__Assignment__
Read through the entries below and return each line with the word "IFCLOCALPLACEMENT".

Saved entries
▽
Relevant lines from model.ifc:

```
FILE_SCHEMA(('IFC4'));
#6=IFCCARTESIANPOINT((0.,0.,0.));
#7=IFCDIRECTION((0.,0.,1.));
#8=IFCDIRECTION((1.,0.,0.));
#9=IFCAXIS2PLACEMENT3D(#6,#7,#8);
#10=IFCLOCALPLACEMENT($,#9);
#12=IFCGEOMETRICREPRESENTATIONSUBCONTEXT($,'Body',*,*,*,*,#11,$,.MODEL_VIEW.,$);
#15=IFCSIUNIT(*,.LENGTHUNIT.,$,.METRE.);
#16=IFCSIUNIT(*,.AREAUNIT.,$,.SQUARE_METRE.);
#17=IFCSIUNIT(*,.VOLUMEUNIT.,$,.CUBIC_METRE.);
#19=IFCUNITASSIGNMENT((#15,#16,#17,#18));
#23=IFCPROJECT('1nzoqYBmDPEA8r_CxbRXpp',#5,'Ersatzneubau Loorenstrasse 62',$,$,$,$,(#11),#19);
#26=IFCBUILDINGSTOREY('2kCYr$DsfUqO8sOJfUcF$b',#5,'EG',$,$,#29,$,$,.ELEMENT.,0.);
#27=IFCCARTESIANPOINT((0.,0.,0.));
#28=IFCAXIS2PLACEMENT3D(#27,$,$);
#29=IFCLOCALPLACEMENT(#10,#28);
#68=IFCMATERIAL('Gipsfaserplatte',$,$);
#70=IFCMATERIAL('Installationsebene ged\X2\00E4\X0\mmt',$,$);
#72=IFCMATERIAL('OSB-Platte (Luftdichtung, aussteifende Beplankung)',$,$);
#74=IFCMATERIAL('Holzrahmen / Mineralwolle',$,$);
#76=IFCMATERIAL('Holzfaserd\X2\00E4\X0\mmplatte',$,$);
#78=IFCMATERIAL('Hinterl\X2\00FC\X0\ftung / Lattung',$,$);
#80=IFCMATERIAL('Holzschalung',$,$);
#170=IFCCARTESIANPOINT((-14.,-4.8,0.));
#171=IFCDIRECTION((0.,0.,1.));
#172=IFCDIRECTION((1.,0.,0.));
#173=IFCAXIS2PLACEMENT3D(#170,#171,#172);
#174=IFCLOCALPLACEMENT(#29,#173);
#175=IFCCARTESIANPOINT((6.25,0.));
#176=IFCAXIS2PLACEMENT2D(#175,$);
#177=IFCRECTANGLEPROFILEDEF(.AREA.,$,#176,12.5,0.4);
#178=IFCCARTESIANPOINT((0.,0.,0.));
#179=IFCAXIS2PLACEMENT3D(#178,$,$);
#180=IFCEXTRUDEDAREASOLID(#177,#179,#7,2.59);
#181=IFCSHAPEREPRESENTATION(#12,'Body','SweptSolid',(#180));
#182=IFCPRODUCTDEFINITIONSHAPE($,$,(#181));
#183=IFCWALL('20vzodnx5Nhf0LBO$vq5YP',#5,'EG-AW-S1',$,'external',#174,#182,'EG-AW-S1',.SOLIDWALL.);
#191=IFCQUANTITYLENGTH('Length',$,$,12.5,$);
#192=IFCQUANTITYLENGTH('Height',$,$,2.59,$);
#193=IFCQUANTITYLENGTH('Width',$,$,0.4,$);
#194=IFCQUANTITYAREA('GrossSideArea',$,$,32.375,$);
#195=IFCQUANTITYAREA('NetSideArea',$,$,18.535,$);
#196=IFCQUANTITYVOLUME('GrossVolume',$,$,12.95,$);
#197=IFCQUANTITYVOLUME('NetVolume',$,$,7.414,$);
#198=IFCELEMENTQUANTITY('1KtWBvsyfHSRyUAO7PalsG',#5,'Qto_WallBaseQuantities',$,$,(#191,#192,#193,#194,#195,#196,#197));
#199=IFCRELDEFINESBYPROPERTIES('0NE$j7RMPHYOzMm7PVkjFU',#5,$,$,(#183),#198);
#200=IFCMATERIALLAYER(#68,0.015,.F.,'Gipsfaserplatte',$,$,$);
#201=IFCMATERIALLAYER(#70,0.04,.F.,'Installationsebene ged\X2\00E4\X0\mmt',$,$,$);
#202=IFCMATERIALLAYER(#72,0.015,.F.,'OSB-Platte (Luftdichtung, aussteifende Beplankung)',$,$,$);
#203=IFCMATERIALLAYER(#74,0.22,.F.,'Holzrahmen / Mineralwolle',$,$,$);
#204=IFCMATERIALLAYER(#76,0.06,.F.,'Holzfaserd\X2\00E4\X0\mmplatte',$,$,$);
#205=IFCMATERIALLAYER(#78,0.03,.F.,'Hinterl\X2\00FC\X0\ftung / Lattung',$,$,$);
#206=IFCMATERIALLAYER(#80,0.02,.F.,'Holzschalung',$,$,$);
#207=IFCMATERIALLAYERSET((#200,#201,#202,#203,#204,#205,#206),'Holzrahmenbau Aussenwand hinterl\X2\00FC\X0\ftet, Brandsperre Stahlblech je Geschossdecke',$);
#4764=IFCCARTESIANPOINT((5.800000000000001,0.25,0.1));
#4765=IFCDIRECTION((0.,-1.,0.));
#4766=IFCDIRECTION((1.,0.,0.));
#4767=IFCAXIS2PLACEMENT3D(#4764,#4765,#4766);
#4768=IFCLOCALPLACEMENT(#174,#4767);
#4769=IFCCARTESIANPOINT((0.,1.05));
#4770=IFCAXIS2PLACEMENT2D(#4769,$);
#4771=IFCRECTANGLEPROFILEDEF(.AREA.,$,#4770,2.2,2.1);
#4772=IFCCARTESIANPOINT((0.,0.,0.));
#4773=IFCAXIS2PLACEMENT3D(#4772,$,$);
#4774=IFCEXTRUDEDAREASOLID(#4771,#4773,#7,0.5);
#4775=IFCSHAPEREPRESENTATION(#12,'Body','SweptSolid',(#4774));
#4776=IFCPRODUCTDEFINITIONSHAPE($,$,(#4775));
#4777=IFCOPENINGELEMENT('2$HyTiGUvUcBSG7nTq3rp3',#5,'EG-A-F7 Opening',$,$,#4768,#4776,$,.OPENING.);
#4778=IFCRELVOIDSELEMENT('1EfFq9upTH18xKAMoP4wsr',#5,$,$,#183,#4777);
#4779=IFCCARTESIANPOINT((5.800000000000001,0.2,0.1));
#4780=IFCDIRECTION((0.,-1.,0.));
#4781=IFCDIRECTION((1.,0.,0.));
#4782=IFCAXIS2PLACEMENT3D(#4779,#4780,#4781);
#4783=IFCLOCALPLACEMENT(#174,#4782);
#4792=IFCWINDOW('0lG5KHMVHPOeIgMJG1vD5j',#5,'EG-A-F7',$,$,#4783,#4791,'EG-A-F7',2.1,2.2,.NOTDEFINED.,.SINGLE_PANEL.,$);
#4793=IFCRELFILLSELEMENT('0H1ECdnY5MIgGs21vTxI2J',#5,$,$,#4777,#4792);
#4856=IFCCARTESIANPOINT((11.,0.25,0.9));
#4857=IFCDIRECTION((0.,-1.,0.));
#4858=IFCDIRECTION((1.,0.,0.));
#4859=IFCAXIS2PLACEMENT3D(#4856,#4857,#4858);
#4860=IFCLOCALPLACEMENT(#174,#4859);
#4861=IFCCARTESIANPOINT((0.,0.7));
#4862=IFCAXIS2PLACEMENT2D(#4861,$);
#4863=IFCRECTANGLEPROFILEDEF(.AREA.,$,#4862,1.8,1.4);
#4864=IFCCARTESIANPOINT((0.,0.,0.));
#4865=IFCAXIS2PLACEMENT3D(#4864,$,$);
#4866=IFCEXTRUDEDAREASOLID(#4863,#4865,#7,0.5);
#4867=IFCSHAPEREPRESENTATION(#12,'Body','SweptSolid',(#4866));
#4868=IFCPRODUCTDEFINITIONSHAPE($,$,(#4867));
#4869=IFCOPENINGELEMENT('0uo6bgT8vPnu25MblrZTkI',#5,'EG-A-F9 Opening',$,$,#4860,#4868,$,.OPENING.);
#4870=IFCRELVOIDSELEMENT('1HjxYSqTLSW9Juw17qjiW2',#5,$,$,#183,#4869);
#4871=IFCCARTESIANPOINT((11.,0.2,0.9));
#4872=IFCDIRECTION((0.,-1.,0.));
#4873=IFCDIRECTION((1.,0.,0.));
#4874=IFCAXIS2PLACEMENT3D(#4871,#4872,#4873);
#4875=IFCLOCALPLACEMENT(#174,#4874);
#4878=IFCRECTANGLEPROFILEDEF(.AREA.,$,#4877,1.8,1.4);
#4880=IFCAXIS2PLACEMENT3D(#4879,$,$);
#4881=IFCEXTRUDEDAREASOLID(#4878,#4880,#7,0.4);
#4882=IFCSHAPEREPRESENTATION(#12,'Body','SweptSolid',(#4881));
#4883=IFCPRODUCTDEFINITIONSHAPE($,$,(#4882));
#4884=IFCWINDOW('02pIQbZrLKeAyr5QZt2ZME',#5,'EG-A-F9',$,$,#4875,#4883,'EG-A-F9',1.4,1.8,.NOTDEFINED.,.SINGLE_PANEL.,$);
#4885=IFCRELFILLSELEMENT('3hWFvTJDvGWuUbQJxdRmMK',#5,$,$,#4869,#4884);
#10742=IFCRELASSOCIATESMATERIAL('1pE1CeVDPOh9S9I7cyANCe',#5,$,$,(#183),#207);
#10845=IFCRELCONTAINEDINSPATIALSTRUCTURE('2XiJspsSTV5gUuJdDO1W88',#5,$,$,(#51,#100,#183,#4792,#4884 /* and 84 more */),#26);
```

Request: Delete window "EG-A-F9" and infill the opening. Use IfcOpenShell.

```python
import ifcopenshell
import ifcopenshell.api.feature
import ifcopenshell.api.pset
import ifcopenshell.api.root
import ifcopenshell.geom
import ifcopenshell.util.element
import ifcopenshell.util.shape
import ifcopenshell.util.unit

model = ifcopenshell.open("model.ifc")
area_scale = ifcopenshell.util.unit.calculate_unit_scale(model, "AREAUNIT")
volume_scale = ifcopenshell.util.unit.calculate_unit_scale(model, "VOLUMEUNIT")
settings = ifcopenshell.geom.settings()


def volume(element):
    """Net volume in cubic metres, openings subtracted."""
    shape = ifcopenshell.geom.create_shape(settings, element)
    return ifcopenshell.util.shape.get_volume(shape.geometry)


window = model.by_guid("02pIQbZrLKeAyr5QZt2ZME")
opening = window.FillsVoids[0].RelatingOpeningElement
wall = opening.VoidsElements[0].RelatingBuildingElement
before = volume(wall)

ifcopenshell.api.root.remove_product(model, product=window)
ifcopenshell.api.feature.remove_feature(model, feature=opening)

after = volume(wall)
thickness = 0.4  # wall thickness in metres

# Update the wall's stored quantities.
qto = model.by_id(ifcopenshell.util.element.get_pset(wall, "Qto_WallBaseQuantities", should_inherit=False)["id"])
ifcopenshell.api.pset.edit_qto(model, qto=qto, properties={
    "NetSideArea": after / thickness / area_scale,
    "NetVolume": after / volume_scale,
})

print(f"wall volume {before:.3f} -> {after:.3f} m3")

model.write("model_updated.ifc")
```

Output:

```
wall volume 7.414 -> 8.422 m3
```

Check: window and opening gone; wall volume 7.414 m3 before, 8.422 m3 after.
△
__Response area__
#10=IFCLOCALPLACEMENT($,#9);
#29=IFCLOCALPLACEMENT(#10,#28);
#174=IFCLOCALPLACEMENT(#29,#173);
#4768=IFCLOCALPLACEMENT(#174,#4767);
#4783=IFCLOCALPLACEMENT(#174,#4782);
#4860=IFCLOCALPLACEMENT(#174,#4859);
#4875=IFCLOCALPLACEMENT(#174,#4874);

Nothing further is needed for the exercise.